EXERCISE PROMPT >>
Search the data for the word "contexts" and copy every line where it occurs.

INFORMATION GIVEN >>
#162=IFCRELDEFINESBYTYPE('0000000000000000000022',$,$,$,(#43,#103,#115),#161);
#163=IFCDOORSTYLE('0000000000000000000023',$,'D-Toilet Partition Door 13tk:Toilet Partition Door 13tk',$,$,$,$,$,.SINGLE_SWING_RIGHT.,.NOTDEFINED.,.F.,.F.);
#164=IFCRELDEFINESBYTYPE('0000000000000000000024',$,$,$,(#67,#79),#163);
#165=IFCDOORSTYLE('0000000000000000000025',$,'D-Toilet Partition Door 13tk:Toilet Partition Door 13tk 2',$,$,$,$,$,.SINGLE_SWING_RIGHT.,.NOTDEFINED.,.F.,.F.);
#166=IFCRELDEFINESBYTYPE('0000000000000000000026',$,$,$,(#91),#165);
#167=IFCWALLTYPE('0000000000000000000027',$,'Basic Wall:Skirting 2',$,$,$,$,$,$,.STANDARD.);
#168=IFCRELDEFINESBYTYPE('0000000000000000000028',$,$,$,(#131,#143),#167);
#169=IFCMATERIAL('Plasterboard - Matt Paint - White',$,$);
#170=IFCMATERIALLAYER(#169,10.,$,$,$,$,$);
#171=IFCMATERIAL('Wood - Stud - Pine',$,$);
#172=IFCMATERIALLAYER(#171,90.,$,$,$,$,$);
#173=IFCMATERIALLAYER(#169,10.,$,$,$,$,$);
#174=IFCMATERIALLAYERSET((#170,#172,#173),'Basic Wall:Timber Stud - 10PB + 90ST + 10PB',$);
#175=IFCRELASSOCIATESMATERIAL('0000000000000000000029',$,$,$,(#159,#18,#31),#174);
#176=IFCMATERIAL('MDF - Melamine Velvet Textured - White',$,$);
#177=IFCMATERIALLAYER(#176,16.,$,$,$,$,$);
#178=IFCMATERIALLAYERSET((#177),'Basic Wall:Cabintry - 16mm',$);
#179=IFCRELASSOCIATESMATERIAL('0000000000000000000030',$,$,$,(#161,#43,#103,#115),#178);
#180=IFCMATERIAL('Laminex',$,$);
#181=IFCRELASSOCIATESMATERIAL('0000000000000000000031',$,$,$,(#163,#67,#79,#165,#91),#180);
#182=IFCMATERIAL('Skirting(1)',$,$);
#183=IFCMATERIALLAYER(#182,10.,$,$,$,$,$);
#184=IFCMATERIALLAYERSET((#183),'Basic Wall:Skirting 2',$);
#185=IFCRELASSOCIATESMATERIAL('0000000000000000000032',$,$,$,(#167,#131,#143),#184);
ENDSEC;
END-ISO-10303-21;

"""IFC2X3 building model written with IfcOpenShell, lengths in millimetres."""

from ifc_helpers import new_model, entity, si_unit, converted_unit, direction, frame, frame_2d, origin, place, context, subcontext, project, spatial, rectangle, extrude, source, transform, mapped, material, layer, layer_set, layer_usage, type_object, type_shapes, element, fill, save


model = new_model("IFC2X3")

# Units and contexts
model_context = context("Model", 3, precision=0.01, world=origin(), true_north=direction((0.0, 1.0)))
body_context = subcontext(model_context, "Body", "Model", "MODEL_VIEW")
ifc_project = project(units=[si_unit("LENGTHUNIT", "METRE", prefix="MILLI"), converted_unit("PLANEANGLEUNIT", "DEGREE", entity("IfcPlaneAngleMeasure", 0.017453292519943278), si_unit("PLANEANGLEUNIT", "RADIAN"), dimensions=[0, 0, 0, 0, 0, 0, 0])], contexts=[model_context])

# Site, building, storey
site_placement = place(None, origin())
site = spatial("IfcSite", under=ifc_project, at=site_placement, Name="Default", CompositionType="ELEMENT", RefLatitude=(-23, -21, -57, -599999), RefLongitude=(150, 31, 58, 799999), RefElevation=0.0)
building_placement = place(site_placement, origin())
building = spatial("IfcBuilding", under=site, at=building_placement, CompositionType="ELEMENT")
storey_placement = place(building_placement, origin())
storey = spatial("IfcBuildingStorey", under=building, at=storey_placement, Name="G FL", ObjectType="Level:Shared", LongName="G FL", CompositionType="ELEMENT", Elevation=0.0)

SOLUTION TO THIS TASK >>
# Units and contexts
ifc_project = project(units=[si_unit("LENGTHUNIT", "METRE", prefix="MILLI"), converted_unit("PLANEANGLEUNIT", "DEGREE", entity("IfcPlaneAngleMeasure", 0.017453292519943278), si_unit("PLANEANGLEUNIT", "RADIAN"), dimensions=[0, 0, 0, 0, 0, 0, 0])], contexts=[model_context])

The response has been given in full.